Dataset entries
+ + + +

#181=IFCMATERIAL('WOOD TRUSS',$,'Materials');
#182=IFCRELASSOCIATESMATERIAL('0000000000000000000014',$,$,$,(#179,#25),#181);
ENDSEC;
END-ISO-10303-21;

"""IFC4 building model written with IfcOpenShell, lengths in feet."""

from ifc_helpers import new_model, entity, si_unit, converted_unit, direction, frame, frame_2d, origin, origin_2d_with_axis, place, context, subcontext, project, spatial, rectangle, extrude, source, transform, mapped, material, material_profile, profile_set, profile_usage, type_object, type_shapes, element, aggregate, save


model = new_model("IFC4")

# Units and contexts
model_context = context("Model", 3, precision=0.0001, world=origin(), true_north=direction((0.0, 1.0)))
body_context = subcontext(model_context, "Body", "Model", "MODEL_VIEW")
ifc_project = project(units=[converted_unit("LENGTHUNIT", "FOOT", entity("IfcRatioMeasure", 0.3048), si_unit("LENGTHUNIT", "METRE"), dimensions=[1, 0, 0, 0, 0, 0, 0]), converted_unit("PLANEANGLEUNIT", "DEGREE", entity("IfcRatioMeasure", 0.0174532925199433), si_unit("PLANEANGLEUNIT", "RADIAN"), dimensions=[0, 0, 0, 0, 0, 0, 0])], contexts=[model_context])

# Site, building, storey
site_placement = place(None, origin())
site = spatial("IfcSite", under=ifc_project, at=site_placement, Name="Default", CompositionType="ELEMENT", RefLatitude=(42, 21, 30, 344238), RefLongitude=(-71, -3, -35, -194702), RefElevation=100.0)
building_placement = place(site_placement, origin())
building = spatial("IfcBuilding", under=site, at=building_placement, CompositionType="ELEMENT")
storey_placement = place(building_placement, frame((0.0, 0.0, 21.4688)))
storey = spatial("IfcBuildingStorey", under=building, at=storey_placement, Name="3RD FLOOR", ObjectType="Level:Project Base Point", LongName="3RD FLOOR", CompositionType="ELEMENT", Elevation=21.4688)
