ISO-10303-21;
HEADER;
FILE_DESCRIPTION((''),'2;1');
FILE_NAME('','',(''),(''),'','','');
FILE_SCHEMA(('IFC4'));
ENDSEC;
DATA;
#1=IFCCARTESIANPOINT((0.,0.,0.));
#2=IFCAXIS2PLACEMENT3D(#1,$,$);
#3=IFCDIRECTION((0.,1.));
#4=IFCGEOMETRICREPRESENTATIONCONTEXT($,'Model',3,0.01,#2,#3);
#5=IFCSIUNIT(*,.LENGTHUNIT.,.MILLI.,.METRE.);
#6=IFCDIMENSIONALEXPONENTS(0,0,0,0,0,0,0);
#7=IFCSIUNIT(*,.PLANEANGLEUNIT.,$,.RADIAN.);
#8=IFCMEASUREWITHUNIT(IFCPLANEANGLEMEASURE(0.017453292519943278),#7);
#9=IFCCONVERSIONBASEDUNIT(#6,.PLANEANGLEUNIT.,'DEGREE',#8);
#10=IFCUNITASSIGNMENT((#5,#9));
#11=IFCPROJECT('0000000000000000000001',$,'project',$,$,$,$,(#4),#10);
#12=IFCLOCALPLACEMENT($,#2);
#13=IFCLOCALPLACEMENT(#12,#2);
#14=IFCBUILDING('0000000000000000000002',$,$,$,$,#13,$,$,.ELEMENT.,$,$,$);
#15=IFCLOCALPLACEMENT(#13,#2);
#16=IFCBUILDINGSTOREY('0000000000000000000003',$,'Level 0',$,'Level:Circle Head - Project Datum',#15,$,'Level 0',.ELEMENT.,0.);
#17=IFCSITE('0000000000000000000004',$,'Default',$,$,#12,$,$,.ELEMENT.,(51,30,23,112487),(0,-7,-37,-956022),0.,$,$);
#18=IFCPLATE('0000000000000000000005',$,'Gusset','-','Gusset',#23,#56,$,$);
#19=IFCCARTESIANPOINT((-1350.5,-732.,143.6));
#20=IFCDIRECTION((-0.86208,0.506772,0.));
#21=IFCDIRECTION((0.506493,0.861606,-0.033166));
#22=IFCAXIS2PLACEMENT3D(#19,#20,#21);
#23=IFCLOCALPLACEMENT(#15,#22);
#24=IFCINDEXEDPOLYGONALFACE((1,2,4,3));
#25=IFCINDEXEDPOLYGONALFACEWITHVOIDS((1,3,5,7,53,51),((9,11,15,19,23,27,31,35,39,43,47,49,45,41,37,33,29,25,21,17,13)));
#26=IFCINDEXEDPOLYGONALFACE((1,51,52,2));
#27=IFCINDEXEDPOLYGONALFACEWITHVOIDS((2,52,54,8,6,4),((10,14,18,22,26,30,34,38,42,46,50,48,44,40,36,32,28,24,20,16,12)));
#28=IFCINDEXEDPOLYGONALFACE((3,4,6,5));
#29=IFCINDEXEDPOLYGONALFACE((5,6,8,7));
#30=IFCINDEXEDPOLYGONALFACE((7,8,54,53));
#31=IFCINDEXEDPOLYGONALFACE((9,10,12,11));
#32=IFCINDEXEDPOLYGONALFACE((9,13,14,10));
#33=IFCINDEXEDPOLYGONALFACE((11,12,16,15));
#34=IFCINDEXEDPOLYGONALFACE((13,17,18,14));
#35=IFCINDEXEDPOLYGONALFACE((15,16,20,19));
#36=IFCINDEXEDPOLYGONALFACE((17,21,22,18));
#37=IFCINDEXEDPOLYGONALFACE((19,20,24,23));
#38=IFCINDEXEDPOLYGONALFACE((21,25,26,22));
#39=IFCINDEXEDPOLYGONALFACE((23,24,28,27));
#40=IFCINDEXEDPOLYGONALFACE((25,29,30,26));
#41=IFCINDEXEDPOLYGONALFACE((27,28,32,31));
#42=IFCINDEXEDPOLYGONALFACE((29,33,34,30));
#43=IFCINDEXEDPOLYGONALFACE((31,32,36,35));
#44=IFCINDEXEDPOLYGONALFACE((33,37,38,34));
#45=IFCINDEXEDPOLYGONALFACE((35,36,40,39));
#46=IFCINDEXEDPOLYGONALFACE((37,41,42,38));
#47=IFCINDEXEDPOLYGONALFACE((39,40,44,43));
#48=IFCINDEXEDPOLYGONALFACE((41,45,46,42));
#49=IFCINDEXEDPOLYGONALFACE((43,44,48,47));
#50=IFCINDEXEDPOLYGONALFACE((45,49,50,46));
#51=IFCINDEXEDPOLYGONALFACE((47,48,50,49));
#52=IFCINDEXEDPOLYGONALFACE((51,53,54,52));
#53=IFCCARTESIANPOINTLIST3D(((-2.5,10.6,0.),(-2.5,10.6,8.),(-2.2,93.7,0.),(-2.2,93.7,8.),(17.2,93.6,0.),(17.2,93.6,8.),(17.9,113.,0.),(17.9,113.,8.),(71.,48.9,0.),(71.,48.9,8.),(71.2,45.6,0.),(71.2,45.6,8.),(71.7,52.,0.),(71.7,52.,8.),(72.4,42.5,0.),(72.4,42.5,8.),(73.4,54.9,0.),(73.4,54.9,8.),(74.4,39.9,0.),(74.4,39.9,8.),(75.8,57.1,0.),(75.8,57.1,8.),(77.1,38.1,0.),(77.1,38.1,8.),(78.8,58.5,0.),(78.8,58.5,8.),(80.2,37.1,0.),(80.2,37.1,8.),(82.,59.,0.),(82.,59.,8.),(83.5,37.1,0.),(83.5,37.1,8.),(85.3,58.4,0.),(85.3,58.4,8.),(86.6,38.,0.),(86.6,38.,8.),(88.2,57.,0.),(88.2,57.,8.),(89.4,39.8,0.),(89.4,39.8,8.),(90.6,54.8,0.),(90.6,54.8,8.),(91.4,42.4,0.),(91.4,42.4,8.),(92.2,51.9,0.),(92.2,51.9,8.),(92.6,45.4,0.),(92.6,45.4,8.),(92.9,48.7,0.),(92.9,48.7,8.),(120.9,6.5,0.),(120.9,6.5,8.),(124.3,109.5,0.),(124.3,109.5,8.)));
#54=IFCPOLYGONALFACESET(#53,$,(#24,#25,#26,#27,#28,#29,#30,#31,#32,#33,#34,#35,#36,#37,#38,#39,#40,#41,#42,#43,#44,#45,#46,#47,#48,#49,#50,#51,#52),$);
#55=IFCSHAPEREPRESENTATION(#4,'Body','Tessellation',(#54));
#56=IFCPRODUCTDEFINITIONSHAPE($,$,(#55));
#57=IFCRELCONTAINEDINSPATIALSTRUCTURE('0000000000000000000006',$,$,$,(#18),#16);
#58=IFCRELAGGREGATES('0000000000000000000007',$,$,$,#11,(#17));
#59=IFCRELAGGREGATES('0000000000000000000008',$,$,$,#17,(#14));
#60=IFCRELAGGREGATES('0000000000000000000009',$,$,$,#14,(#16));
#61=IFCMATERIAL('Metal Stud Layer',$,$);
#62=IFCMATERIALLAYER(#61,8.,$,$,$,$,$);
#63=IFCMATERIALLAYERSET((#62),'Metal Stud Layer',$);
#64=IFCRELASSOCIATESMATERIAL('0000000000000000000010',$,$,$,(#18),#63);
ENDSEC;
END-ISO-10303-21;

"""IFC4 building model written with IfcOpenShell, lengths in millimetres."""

from ifc_helpers import new_model, entity, si_unit, converted_unit, point, direction, frame, frame_2d, origin, origin_with_axes, origin_2d_with_axis, place, context, project, spatial, polyline, circle_curve, line_curve, trimmed, segment, composite_curve, circle, outline, extrude, material, layer, layer_set, element, save


model = new_model("IFC4")

# Units and contexts
model_context = context("Model", 3, precision=0.01, world=origin(), true_north=direction((0.0, 1.0)))
ifc_project = project(units=[si_unit("LENGTHUNIT", "METRE", prefix="MILLI"), converted_unit("PLANEANGLEUNIT", "DEGREE", entity("IfcPlaneAngleMeasure", 0.017453292519943278), si_unit("PLANEANGLEUNIT", "RADIAN"), dimensions=[0, 0, 0, 0, 0, 0, 0])], contexts=[model_context])

# Site, building, storey
site_placement = place(None, origin())
site = spatial("IfcSite", under=ifc_project, at=site_placement, Name="Default", CompositionType="ELEMENT", RefLatitude=(51, 30, 23, 112487), RefLongitude=(0, -7, -37, -956022), RefElevation=0.0)
building_placement = place(site_placement, origin())
building = spatial("IfcBuilding", under=site, at=building_placement, CompositionType="ELEMENT")
storey_placement = place(building_placement, origin())
storey = spatial("IfcBuildingStorey", under=building, at=storey_placement, Name="Level 0", ObjectType="Level:Circle Head - Project Datum", LongName="Level 0", CompositionType="ELEMENT", Elevation=0.0)

# Plate, openings
ifc_material_1 = material(Name="Metal Stud Layer")
ifc_layer_1 = layer(ifc_material_1, 8.0)
ifc_layer_set_1 = layer_set([ifc_layer_1], Name="Metal Stud Layer")
plate_1_placement = place(storey_placement, frame((-1350.5, -732.0, 143.6), z_axis=(-0.86208, 0.506772, 0.0), x_axis=(0.506493, 0.861606, -0.033166)))
plate_1 = element("IfcPlate", 1, at=plate_1_placement, inside=storey, material=ifc_layer_set_1, Name="Gusset", Description="-", ObjectType="Gusset", context=model_context, shape_type="SweptSolid", body=[
    extrude(outline(polyline([(120.9, 6.5), (124.3, 109.5), (17.9, 113.0), (17.2, 93.6), (-2.2, 93.7), (-2.5, 10.6), (120.9, 6.5)])), origin_with_axes(), (0.0, 0.0, 1.0), 8.0),
])
opening_1_placement = place(plate_1_placement, origin_with_axes())
element("IfcOpeningElement", 2, at=opening_1_placement, cuts=plate_1, ObjectType="Opening", context=model_context, shape_type="SweptSolid", body=[
    extrude(outline(composite_curve([segment(trimmed(line_curve((17.2, 93.6), (-0.999992, 0.004054), 19.425957), [point((17.2, 93.6))], [point((-2.2, 93.7))], True, "CARTESIAN"), True, "CONTINUOUS"), segment(trimmed(circle_curve(frame_2d((-2.1, 113.7), x_axis=(1.0, 0.0)), 20.0), [point((-2.2, 93.7))], [point((17.9, 113.0))], True, "CARTESIAN"), True, "CONTINUOUS"), segment(trimmed(line_curve((17.9, 113.0), (-0.033166, -0.99945), 19.425957), [point((17.9, 113.0))], [point((17.2, 93.6))], True, "CARTESIAN"), True, "CONTINUOUS")], self_intersect="UNKNOWN")), origin(), (0.0, 0.0, 1.0), 8.0),
])
opening_2_placement = place(plate_1_placement, frame((81.9, 48.0, 8.5), z_axis=(0.0, 0.0, -1.0), x_axis=(0.862509, -0.506042, 0.0)))
element("IfcOpeningElement", 3, at=opening_2_placement, cuts=plate_1, ObjectType="Opening", context=model_context, shape_type="SweptSolid", body=[
    extrude(circle(Radius=11.0, at=origin_2d_with_axis()), origin(), (0.0, 0.0, 1.0), 9.0),
])

save(model, "model.ifc")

+ + + +

> **Directions**: Copy every line of the data that carries the word "IFCINDEXEDPOLYGONALFACEWITHVOIDS".

> **Exercise output**:
#25=IFCINDEXEDPOLYGONALFACEWITHVOIDS((1,3,5,7,53,51),((9,11,15,19,23,27,31,35,39,43,47,49,45,41,37,33,29,25,21,17,13)));
#27=IFCINDEXEDPOLYGONALFACEWITHVOIDS((2,52,54,8,6,4),((10,14,18,22,26,30,34,38,42,46,50,48,44,40,36,32,28,24,20,16,12)));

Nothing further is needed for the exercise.